Kuluçka sonunda, parçacıkları santrifüj le toplayın ve pbs'nin bir mililitresindeki mikro parçacık peletlerini girdaplayarak veya nano parçacıkları pBS'nin bir mililitresinde iki ila üç watt'ta beş saniye sonication ile yeniden askıya alarak yeniden askıya alın. Daha sonra, mikro parçacıklara sekiz mikrogram uygun bir sinyal bir protein ve 10 mikrogram anti fare CD28 antikor veya nano parçacıklara bir protein ve 20 mikrogram anti fare CD28 mikrogramı ekleyin. PBS ile 1.1 mililitre her tüpte son hacmi getirin ve dört santigrat derece bir inverter üzerinde bir gecede parçacıkları kuluçka.
Ertesi gün, gösterildiği gibi de-iyonize suda parçacıkları üç kez yıkayın. Bu PLGA nano ve mikro parçacıklar, iletim ve taramalı elektron mikroskobu kullanılarak gösterildiği gibi tek emülsiyon teknikleri kullanılarak sentezlendi. Homojenizasyondan sonra mikro parçacıklar ortalama üç mikrometre çapında bir çap gösterdiler.

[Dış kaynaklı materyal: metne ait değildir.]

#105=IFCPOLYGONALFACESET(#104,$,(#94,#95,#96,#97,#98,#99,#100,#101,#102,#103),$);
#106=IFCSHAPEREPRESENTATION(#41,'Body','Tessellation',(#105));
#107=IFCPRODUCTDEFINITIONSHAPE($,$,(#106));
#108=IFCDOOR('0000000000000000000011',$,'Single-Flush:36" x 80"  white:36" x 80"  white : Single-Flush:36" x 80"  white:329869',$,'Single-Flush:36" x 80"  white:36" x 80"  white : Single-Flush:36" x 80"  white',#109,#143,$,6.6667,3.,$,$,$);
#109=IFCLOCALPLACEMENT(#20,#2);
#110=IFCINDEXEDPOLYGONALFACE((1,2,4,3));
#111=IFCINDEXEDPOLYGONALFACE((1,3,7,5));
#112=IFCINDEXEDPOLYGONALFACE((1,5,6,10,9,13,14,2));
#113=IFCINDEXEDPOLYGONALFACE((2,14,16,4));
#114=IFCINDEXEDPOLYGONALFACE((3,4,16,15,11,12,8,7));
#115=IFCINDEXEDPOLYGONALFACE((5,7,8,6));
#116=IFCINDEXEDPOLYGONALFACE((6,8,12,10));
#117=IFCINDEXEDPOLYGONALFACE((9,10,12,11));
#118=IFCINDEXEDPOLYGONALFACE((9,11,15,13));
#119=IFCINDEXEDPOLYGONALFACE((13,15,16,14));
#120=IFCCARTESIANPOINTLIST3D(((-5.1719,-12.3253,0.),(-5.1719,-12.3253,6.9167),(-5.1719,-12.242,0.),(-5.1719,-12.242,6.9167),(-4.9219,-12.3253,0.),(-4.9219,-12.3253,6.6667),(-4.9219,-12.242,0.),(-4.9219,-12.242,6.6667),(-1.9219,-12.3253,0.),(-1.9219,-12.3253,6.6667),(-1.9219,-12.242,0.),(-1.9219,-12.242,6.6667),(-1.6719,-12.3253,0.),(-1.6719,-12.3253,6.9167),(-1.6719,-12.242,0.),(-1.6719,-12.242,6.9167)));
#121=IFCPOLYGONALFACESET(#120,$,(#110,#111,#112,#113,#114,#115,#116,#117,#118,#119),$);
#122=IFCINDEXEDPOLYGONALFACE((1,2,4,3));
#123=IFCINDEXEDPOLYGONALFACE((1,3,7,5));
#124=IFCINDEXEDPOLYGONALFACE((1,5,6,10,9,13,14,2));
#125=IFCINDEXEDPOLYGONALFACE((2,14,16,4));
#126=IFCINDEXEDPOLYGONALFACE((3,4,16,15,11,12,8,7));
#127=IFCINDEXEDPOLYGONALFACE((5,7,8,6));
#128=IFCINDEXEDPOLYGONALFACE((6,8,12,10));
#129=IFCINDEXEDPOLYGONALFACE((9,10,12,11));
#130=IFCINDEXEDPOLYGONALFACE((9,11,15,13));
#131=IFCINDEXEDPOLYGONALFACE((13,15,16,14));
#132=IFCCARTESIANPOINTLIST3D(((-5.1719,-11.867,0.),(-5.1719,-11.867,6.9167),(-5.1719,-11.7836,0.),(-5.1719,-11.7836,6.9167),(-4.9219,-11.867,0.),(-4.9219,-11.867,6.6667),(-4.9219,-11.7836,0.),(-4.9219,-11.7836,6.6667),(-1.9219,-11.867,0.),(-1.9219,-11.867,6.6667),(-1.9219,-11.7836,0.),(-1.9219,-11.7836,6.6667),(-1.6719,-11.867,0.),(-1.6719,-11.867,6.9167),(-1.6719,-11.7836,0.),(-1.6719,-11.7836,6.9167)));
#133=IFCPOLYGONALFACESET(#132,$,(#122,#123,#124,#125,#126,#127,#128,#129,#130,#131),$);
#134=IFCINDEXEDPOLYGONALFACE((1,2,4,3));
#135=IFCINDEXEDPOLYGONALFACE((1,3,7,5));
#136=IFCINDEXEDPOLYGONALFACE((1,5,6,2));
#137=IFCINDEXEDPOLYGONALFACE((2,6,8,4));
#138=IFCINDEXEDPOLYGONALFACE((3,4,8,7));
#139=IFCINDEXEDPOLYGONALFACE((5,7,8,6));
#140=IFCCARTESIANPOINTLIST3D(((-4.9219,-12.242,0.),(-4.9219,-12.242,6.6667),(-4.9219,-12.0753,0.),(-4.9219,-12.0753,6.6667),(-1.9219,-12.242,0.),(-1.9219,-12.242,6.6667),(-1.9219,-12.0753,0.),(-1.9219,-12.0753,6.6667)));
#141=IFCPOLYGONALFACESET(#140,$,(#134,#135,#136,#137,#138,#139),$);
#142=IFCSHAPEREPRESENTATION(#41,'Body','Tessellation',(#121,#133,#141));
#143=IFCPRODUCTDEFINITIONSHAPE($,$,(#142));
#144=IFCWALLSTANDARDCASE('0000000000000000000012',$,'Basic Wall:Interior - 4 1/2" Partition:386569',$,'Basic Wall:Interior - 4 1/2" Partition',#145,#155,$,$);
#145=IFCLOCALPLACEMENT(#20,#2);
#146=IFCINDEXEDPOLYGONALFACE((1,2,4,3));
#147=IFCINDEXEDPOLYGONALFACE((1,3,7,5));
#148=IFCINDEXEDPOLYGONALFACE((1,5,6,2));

Küresel mikro parçacıklar yaklaşık bir boy oranı vardı, 1D genişletilmiş prolate elipsoidal parçacıklar yaklaşık üç buçuk daha büyük bir boy oranına sahip iken ve 2D gerilmiş oblipsoidal parçacıklar yaklaşık 1.2 bir enboy oranı vardı, kabaca bir en boy oranı koruyarak. Konjugasyon verimliliği sonuçları küresel ve elipsoidal mikro-yapay antijen sunan hücreler yüzeyinde protein benzer miktarda ortaya, veya AAPC ve nano-AAPC, AAPC sentezi sırasında protein kaplin konsantrasyonbağımlı bir şekilde meydana geldiğini gösteren. Prolate elipsoidal AAPC'nin 01 miligram dozda elde edilen en iyi ayırma ile küresel AAPC'den daha düşük doymak dozlarında daha yüksek düzeyde T hücre proliferasyonuna neden olduğu bulunmuştur.
Yedi gün sonra, T hücrelerinin manuel sayma prolate elipsoidal AAPC daha etkili bir doz bağımlı bir şekilde mikro ve nano ölçekte küresel muadillerine göre T hücrelerini uyarmak ortaya koymuştur. Bu prosedürü takiben, AAPC onların terapötik etkinliğini ve farmakokinetiği ölçmek için in vivo administrated olabilir. Bu teknik, geliştirilmesinden sonra immüno-mühendislik alanında araştırmacıların asiztropinin AAPC etkinliği üzerindeki etkisini keşfetmelerinin önünü netti.